Intriguingly, we noticed that subsets of vsiRNAs for the RpV3-7, but not for RpV1 and RpV2, appeared to map to more than one viral genome (Figs 4 and S9). Upon closer inspection, we found that RpV3, RpV4 and RpV7 share pools of vsiRNAs in PVS, whereby 217 are common to RpV3 and RpV4, 1553 to RpV3 and RpV7 and 404 to RpV4 and RpV7 (Fig 4A). Remarkably, 717 vsiRNAs are shared among the three viruses (Fig 4A). These findings are supported by the analysis of the Egg datasets, where comparable numbers are observed (Fig 4B). Similarly, RpV5 and RpV6 display shared vsiRNAs in PVS (279) and in Egg (762) (Fig 4B). We then asked what regions of the viral genomes produce the shared set of vsiRNAs. To answer this question, we profiled the distribution of the shared vsiRNAs along the viral genomes (Fig 4C and 4D). Surprisingly, both for the permutotetraviruses (Fig 4C) and sobemoviruses (Fig 4D), the shared vsiRNAs mostly map to the 3’ end of the genome rather than to sequences encoding the conserved RdRp or structural proteins. We also checked whether the shared vsiRNAs could be related to low-complexity regions, but this was not the case for any of the tested sequences (S10 Fig). Our data reveal that vsiRNAs are expressed in Rhodnius’ ovaries in response to viral infections, while viral piRNAs do not appear to provide a primary antiviral system in this organ.
Discussion
R. prolixus is a hematophagous triatomine insect responsible for the transmission of Chagas disease in Central and Latin American countries. To our knowledge, the composition of the R. prolixus’ virome is completely unknown and only one virus (i.e. Triatoma virus) is known to infect triatomines, which comprise hundreds of species that are potential vectors of Chagas disease. Here we substantially expand the virome in these insect species using R. prolixus as a model system. We show that R. prolixus harbors a complex core virome comprising a range of (+) ssRNA viruses belonging to the Iflaviridae, Permutotetraviridae and Solemoviridae families. We demonstrate that RpVs established persistent infections in our colony that were maintained at least in part via transovarial transmission from the mother to the offspring.
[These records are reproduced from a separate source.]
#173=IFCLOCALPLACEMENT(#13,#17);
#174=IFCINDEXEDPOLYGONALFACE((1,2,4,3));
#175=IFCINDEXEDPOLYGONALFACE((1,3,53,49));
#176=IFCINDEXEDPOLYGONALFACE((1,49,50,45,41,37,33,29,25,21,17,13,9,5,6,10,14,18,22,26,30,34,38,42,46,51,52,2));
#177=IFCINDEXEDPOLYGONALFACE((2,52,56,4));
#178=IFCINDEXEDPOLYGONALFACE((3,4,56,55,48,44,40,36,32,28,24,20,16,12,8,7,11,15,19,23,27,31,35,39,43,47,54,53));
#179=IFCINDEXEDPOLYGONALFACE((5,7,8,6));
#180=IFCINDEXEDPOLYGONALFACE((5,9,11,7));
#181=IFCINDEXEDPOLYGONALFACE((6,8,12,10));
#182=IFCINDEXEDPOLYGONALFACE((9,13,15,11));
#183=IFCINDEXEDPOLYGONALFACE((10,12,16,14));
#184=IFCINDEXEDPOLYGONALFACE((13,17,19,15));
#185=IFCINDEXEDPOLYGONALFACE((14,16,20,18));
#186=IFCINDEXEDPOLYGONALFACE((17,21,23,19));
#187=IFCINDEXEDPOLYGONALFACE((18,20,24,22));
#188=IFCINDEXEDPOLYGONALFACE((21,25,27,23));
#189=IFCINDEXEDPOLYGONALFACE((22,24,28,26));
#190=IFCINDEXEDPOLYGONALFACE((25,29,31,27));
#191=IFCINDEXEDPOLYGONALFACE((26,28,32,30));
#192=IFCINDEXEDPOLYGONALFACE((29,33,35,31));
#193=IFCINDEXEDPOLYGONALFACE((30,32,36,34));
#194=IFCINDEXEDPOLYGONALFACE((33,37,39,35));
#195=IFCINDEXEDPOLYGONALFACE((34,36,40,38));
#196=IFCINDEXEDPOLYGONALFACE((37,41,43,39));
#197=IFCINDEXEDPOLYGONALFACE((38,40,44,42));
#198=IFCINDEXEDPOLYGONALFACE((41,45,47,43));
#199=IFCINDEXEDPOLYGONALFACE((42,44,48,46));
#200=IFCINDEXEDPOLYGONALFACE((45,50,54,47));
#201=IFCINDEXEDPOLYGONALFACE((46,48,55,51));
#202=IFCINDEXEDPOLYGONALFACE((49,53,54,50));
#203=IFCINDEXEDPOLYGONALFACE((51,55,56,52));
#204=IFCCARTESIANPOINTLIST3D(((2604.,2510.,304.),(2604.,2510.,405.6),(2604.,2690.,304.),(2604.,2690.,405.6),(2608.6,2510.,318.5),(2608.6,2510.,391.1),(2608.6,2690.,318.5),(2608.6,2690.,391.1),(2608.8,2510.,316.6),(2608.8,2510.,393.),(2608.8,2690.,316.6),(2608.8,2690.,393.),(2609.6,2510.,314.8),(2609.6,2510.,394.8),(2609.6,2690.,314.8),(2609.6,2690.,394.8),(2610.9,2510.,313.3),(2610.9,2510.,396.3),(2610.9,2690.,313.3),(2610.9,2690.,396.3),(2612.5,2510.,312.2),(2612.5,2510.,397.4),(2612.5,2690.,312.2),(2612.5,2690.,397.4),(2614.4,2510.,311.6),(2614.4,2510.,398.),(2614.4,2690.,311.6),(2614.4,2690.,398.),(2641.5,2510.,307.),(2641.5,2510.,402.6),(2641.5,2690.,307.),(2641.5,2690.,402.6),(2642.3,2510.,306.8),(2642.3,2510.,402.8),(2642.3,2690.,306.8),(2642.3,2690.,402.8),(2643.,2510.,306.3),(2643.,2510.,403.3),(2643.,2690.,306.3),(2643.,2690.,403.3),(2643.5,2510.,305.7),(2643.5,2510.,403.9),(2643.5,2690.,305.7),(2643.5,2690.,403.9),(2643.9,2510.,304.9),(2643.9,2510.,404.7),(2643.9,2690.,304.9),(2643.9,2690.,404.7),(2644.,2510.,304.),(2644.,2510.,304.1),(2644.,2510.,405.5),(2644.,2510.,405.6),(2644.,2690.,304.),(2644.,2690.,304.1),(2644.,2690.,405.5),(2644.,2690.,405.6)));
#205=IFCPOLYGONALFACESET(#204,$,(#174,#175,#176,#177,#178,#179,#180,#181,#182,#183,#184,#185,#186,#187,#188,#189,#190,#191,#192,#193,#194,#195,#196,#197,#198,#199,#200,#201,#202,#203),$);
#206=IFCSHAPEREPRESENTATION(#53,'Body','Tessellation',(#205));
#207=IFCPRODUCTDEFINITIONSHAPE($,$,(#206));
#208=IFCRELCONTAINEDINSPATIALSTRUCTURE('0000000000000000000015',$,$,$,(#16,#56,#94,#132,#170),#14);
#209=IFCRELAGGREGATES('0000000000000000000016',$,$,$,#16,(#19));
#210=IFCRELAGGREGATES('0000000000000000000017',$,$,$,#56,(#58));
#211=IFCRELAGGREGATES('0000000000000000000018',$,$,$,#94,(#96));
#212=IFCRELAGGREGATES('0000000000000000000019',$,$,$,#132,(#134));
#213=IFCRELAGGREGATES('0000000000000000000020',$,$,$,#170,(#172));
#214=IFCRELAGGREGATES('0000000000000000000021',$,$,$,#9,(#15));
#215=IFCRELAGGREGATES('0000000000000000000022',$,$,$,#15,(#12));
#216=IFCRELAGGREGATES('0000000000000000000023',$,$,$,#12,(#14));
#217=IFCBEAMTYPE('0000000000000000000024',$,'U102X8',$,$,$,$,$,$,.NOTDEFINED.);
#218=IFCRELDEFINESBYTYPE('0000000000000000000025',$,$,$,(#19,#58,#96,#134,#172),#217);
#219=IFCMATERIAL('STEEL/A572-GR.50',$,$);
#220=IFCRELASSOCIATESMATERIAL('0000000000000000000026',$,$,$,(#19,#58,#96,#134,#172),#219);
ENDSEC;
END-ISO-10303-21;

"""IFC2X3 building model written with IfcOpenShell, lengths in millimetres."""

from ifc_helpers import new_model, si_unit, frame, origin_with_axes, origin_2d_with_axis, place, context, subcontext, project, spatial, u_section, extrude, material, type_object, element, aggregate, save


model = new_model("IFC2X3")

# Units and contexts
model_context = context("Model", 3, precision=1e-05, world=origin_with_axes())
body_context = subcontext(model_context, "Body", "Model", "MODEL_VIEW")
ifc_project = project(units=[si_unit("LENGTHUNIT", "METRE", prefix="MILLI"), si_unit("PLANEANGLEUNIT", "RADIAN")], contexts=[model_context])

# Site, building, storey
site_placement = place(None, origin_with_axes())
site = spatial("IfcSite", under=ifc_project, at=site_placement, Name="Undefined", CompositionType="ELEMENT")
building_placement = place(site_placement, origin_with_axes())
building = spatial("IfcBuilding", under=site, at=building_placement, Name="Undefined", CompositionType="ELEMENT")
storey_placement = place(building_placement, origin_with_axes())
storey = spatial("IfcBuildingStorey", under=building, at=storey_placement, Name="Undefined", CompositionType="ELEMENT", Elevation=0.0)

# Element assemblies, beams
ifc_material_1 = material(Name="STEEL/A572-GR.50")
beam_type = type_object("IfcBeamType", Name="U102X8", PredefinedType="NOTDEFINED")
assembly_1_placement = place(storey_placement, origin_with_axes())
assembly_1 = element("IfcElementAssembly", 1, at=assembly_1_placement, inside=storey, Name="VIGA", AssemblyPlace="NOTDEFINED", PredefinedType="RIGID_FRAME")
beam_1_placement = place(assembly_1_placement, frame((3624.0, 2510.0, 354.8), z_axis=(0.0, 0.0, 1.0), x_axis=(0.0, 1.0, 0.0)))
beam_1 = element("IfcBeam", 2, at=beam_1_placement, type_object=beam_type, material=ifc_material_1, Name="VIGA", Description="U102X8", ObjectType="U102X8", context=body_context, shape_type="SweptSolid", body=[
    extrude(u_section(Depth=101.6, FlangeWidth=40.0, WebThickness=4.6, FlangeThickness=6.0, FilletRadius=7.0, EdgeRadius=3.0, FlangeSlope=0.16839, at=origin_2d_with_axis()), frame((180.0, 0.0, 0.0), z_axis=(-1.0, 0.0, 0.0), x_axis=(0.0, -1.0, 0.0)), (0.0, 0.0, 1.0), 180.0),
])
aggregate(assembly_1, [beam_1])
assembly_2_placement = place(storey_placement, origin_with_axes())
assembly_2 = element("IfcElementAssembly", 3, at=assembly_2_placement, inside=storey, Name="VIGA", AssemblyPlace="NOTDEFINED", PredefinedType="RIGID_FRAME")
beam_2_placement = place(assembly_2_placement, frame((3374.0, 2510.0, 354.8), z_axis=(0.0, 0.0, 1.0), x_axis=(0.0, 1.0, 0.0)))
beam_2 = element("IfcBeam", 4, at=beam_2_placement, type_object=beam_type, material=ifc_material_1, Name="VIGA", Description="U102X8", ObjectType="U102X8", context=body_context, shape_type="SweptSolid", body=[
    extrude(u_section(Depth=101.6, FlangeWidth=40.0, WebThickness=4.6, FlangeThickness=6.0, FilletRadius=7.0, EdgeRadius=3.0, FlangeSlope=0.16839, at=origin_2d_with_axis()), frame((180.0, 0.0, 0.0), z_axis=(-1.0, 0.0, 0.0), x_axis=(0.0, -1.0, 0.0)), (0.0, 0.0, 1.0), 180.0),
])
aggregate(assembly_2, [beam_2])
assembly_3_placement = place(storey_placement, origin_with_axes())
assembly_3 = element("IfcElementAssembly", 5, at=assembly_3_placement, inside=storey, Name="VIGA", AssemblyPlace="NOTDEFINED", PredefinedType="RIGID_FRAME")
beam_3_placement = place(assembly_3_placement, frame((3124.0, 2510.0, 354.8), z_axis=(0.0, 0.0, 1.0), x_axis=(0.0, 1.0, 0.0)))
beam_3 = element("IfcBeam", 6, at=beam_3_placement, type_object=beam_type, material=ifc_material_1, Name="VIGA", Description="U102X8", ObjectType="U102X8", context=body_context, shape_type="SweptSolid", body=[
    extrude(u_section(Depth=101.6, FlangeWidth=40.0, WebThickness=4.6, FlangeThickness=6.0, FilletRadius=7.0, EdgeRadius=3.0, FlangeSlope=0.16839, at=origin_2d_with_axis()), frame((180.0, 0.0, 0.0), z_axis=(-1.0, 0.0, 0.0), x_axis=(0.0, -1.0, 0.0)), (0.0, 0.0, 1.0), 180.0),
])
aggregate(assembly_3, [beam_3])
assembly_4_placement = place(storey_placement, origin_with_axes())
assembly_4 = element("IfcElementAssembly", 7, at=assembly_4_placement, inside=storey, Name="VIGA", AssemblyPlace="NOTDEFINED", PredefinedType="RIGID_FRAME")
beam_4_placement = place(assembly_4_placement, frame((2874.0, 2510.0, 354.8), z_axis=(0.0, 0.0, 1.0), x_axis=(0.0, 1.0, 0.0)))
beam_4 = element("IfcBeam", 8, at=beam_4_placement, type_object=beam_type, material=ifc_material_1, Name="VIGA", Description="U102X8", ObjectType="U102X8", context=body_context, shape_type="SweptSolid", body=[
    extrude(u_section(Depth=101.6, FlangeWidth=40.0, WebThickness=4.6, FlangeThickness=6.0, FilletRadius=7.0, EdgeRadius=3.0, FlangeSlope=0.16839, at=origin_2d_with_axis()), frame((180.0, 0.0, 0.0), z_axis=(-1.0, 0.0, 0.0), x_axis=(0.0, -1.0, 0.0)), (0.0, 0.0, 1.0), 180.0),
Accordingly, viral genomes can be detected not only in early stages of oogenesis and in mature non-oviposited eggs, but also in developing embryos and in 1st instar nymphs. It is possible that the transport of viral particles through the trophic cords might contribute to the accumulation of the viruses in the developing egg chambers and mature chorionated eggs. Vertical transmission is being extensively studied for medically relevant viruses, like Dengue and Zika virus and has been proposed as a possible explanation for recurrent seasonal epidemics [49–51]. The virus stored in the mosquito eggs, that are resistant to desiccation, might be protected and overcome the unfavorable seasons, when the population of the mosquito vector is reduced. Our results demonstrate that vertical transmission of the RpVs occurs in R. prolixus and accounts at least in part for the persistence of the viruses in our insectarium, although additional mechanisms including horizontal transfer via cannibalism and coprophagy might be in place. It will certainly be of great interest to investigate the virome composition and transmission routes in wild caught R. prolixus.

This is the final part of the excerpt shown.